*DESCRIPTION OF THE TASK*: Pick out the lines below that include the string "spatial".

══ INPUT RECORDS

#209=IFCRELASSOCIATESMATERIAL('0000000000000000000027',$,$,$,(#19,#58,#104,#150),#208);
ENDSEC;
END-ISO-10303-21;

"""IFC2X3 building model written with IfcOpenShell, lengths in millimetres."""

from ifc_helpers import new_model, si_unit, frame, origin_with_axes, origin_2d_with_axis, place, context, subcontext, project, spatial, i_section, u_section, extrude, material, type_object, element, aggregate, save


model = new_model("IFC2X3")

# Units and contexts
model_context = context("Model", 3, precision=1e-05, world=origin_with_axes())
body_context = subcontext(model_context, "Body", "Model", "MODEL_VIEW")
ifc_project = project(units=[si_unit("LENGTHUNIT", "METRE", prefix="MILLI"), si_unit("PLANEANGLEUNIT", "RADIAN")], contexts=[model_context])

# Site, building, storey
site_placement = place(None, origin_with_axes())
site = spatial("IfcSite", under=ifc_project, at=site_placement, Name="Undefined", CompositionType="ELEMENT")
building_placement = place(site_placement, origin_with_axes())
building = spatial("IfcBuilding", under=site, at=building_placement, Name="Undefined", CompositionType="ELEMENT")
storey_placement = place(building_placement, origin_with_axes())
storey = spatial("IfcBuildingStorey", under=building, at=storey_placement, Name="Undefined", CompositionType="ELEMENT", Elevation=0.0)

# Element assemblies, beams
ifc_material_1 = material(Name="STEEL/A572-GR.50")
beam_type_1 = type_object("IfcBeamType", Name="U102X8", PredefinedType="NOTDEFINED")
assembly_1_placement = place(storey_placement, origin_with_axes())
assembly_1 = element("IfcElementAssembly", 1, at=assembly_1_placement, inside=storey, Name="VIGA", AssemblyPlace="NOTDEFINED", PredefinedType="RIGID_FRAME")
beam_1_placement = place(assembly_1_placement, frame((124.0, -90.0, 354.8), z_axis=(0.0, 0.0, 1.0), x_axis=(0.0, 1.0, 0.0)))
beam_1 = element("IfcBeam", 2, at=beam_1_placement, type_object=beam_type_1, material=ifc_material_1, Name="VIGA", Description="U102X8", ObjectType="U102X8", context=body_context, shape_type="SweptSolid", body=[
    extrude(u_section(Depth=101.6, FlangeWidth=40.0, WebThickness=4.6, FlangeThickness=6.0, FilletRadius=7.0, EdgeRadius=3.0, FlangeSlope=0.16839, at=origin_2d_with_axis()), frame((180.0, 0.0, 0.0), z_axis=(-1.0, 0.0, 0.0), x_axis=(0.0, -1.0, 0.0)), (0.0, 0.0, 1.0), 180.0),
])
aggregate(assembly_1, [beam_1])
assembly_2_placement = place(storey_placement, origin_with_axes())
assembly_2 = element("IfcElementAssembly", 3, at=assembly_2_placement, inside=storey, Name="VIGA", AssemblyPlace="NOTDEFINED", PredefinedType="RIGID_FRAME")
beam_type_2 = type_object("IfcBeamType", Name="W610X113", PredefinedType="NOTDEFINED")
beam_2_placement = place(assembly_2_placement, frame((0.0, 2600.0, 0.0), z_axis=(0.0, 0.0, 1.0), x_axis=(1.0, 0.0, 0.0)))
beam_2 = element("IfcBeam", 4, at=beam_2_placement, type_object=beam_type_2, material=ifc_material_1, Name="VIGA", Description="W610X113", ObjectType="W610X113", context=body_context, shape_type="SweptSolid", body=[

════

*WRITTEN REPLY*:
from ifc_helpers import new_model, si_unit, frame, origin_with_axes, origin_2d_with_axis, place, context, subcontext, project, spatial, i_section, u_section, extrude, material, type_object, element, aggregate, save
site = spatial("IfcSite", under=ifc_project, at=site_placement, Name="Undefined", CompositionType="ELEMENT")
building = spatial("IfcBuilding", under=site, at=building_placement, Name="Undefined", CompositionType="ELEMENT")
storey = spatial("IfcBuildingStorey", under=building, at=storey_placement, Name="Undefined", CompositionType="ELEMENT", Elevation=0.0)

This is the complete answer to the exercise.